Seeing her eyeing the clutter, Sacha shrugged.
‘The cleaner is on holiday.’
His accent made the ‘h’ disappear. Oleeday.
&nbs
p; It was adorable.
‘Oh, mine, too,’ she assured him airily. ‘Can’t get the staff.’
He glanced at her with an ironic smile. ‘Your cleaner is not allowed holidays, I think. Your room is always perfect.’
Taylor, who was fighting the urge to stack the papers on his desk, didn’t argue.
Dropping down onto the rumpled bed, Sacha pulled on socks and a pair of black Converse high-tops.
‘The book is here.’ He pulled a slim, ancient volume from the top of the stack on his bed and handed it to her.
As he laced up his shoes, Taylor looked at it curiously. He’d told her about it long ago – it was a hand-written history of his family.
Why does the professor want this?
Jumping to his feet, Sacha swiped his hoody off the back of the door, shrugging it on as he ushered her out into the hallway.
When she handed the book back to him, their fingers brushed. His eyes flickered to meet hers.
Heat rushed to her face and she looked away.
They headed down the stairs.
‘Where were you last night? I stopped by your room late – you weren’t there.’ His tone was too casual to be casual.
Taylor’s heart skipped a beat.
‘I fell asleep in the professor’s office,’ she said, and Sacha stopped abruptly and shot her a look she couldn’t read. It almost looked like jealousy.
‘What happened, then? You said you would tell me. Is he the one who hurt you?’ He pointed at her bandage.
She shook her head so hard her curls flew.
‘We found a demonic book,’ she explained. ‘The book hurt me.’

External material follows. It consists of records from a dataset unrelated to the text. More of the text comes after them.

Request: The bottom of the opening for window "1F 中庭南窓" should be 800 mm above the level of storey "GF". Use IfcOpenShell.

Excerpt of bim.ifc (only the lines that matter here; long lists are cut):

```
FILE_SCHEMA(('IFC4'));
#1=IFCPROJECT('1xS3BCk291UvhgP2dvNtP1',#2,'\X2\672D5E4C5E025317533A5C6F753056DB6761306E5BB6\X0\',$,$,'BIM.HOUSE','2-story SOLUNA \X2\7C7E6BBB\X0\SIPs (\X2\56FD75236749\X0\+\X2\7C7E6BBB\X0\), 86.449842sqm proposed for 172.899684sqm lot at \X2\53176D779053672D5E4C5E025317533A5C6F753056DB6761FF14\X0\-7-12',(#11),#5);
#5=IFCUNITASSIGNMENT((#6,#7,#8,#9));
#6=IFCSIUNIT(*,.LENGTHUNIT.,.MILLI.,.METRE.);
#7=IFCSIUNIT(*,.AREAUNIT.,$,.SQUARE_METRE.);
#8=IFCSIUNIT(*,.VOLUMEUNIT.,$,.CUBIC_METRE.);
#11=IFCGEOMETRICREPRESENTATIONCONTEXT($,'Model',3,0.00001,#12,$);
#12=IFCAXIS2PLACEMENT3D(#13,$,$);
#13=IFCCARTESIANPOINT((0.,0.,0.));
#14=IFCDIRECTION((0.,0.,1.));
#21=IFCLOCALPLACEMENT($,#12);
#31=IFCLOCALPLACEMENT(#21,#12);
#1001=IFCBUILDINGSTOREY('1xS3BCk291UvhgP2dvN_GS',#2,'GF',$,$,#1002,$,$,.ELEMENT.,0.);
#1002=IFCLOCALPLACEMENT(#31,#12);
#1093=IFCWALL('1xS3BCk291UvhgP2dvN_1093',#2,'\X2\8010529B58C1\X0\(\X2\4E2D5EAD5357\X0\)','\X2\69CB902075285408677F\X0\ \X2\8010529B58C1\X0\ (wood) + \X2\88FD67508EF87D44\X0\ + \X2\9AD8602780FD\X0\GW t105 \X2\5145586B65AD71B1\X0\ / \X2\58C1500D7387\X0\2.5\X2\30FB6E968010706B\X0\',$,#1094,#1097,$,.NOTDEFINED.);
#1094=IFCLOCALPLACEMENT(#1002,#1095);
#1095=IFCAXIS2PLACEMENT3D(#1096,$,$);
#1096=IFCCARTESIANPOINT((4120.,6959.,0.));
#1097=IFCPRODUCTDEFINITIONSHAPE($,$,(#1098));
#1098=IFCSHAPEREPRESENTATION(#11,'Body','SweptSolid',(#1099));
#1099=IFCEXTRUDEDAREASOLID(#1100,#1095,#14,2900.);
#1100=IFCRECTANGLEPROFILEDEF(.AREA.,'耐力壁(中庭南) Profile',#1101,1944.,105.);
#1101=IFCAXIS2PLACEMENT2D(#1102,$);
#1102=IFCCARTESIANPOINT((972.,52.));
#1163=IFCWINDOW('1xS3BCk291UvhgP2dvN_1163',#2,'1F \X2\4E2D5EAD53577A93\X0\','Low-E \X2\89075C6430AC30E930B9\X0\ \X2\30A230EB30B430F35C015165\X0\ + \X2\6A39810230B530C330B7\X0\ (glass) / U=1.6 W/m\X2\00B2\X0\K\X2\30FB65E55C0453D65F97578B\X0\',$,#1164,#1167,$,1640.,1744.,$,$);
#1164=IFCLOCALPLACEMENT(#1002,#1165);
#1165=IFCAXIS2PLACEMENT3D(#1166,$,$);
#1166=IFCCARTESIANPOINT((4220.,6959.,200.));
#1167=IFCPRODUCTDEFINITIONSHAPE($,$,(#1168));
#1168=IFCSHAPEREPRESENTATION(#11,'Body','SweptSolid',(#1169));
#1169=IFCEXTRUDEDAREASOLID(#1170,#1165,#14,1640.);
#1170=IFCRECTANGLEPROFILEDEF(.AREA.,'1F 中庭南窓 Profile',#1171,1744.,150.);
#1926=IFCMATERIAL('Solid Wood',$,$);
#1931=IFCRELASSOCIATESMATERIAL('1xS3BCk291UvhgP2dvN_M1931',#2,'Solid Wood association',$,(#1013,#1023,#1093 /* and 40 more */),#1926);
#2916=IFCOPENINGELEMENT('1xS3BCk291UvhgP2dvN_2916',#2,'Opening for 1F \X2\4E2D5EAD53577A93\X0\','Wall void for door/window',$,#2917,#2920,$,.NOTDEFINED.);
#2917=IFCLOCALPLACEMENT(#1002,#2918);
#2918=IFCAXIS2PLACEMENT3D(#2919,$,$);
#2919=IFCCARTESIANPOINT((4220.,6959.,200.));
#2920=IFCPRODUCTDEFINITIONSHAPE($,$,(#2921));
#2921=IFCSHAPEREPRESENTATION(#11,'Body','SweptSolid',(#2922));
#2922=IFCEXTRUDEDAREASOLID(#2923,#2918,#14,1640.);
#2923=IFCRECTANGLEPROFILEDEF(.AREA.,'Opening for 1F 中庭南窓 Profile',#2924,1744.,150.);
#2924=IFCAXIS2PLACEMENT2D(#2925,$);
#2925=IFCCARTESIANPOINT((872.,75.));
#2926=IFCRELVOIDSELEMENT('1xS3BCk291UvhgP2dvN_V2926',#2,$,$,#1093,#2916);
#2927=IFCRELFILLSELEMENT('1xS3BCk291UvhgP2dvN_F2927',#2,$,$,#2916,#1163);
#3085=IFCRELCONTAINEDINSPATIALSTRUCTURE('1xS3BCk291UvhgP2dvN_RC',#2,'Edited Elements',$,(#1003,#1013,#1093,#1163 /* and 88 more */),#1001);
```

```python
import numpy as np
import ifcopenshell
import ifcopenshell.api.geometry
import ifcopenshell.geom
import ifcopenshell.util.element
import ifcopenshell.util.placement
import ifcopenshell.util.shape
import ifcopenshell.util.unit

model = ifcopenshell.open("bim.ifc")
unit_scale = ifcopenshell.util.unit.calculate_unit_scale(model)

window = model.by_guid("1xS3BCk291UvhgP2dvN_1163")
opening = window.FillsVoids[0].RelatingOpeningElement
storey = ifcopenshell.util.element.get_container(window, ifc_class="IfcBuildingStorey")
level = ifcopenshell.util.placement.get_local_placement(storey.ObjectPlacement)[2, 3]

# The opening's origin need not be at the sill, so measure its lowest point.
shape = ifcopenshell.geom.create_shape(ifcopenshell.geom.settings(), opening)
bottom = ifcopenshell.util.shape.get_shape_bottom_elevation(shape, shape.geometry) / unit_scale
dz = level + 0.8 / unit_scale - bottom

shift = np.array([0.0, 0.0, dz])
# The window is not placed relative to its opening, so move both.
for product in (opening, window):
    matrix = ifcopenshell.util.placement.get_local_placement(product.ObjectPlacement)
    matrix[:3, 3] += shift
    ifcopenshell.api.geometry.edit_object_placement(model, product=product, matrix=matrix, is_si=False)

print(f"moved by {dz * unit_scale:+.3f} m")

model.write("bim-out.ifc")
```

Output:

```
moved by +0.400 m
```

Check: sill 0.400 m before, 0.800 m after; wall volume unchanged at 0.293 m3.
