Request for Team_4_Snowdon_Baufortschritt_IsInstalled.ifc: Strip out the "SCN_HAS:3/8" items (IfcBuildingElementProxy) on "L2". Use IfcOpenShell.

First a look at what the model holds.

```python
import ifcopenshell
import ifcopenshell.util.element

model = ifcopenshell.open("Team_4_Snowdon_Baufortschritt_IsInstalled.ifc")
print(model.schema)
storey = next(s for s in model.by_type("IfcBuildingStorey") if s.Name == "L2")
proxies = [e for e in ifcopenshell.util.element.get_decomposition(storey) if e.is_a("IfcBuildingElementProxy")]
seen = {}
for e in proxies:
    element_type = ifcopenshell.util.element.get_type(e)
    name = element_type.Name if element_type not in (None, e) else None
    seen[name] = seen.get(name, 0) + 1
for name, count in sorted(seen.items(), key=str):
    print(count, "x", name)
```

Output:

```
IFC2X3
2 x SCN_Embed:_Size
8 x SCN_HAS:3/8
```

```python
import ifcopenshell
import ifcopenshell.api.root
import ifcopenshell.util.element

model = ifcopenshell.open("Team_4_Snowdon_Baufortschritt_IsInstalled.ifc")

storey = next(s for s in model.by_type("IfcBuildingStorey") if s.Name == "L2")
proxies = [e for e in ifcopenshell.util.element.get_decomposition(storey) if e.is_a("IfcBuildingElementProxy")]
targets = [e for e in proxies if (t := ifcopenshell.util.element.get_type(e)) not in (None, e) and t.Name == "SCN_HAS:3/8"]

for e in targets:
    ifcopenshell.api.root.remove_product(model, product=e)
print(len(targets), "removed")

model.write("Team_4_Snowdon_Baufortschritt_IsInstalled_edited.ifc")
```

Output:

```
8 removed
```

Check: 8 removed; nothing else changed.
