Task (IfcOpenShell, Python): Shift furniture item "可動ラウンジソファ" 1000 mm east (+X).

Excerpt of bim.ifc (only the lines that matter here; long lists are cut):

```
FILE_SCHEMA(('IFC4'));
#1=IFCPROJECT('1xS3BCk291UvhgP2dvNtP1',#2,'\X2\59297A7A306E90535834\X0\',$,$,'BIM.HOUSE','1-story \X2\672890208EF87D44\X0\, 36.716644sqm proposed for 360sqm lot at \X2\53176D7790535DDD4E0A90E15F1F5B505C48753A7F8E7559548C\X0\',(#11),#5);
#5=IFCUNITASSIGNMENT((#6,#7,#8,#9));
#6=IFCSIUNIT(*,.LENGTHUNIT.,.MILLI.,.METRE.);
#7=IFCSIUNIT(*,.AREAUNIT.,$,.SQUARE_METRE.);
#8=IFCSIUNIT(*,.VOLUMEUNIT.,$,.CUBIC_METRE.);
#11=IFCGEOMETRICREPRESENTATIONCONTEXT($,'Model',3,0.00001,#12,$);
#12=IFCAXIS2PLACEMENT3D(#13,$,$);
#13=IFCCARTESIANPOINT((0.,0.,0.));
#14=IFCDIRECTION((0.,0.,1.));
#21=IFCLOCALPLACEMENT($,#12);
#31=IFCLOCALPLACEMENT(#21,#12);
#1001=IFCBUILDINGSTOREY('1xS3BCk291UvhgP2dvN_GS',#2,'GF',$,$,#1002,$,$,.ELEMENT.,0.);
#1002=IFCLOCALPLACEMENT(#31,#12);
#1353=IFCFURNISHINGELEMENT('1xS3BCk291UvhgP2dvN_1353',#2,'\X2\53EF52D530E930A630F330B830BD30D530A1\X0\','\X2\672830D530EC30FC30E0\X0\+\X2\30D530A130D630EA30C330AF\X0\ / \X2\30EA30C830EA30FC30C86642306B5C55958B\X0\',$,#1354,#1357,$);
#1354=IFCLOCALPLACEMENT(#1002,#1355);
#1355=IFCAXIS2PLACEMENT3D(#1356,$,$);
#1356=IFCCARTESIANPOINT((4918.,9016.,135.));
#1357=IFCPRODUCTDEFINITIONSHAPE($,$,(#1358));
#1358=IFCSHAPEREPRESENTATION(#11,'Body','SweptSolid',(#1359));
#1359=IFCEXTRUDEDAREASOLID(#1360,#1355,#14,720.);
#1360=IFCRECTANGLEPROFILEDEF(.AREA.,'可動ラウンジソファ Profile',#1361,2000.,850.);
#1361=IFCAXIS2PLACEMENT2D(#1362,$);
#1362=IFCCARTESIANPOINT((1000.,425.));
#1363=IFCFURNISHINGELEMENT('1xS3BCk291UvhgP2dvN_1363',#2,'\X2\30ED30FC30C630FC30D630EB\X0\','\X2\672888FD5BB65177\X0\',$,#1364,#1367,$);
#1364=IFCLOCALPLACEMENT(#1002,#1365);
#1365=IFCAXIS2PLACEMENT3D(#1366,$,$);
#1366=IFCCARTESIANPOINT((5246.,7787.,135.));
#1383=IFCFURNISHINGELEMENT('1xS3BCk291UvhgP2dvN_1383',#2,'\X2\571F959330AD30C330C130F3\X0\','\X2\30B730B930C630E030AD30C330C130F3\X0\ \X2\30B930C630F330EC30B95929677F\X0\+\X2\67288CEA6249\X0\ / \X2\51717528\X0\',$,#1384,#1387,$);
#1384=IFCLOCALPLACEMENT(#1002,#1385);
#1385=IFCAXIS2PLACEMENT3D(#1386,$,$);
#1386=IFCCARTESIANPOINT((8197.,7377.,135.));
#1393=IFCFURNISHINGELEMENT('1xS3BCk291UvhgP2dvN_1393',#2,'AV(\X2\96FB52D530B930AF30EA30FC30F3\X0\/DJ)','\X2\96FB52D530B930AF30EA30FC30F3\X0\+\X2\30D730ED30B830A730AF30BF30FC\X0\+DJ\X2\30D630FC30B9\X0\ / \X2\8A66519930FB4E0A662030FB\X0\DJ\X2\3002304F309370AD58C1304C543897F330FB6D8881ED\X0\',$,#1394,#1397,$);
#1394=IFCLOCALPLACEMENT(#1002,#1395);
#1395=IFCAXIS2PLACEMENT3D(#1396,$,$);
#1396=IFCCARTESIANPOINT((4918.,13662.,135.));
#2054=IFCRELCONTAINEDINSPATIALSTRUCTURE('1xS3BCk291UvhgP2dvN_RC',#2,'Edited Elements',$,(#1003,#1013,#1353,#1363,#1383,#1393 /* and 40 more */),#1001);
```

```python
import ifcopenshell
import ifcopenshell.api.geometry
import ifcopenshell.util.placement

model = ifcopenshell.open("bim.ifc")

item = model.by_guid("1xS3BCk291UvhgP2dvN_1353")
matrix = ifcopenshell.util.placement.get_local_placement(item.ObjectPlacement)
matrix[0, 3] += 1000.0
ifcopenshell.api.geometry.edit_object_placement(model, product=item, matrix=matrix, is_si=False)

print(ifcopenshell.util.placement.get_local_placement(item.ObjectPlacement).round(3) + 0.0)

model.write("bim-out.ifc")
```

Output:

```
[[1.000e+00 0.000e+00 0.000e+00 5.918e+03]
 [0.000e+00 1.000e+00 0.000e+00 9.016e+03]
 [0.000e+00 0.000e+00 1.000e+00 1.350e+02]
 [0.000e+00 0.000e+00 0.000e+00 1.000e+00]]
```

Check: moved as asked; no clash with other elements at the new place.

Creases formed in his forehead. ‘A book hurt you?’
The scepticism in his voice made Taylor laugh.
‘Welcome to alchemy,’ she said. ‘Even the books will kill you.’
* * *
‘Professor?’ Taylor said as she pushed open Zeitinger’s door. ‘We’re back.’
As he took in the crowded office, Sacha’s expression was a complex mixture of surprise and doubt. If he had felt any jealousy earlier – which was unlikely – it had evaporated at the sight of the professor’s deeply lined face and snow-white halo of candyfloss hair.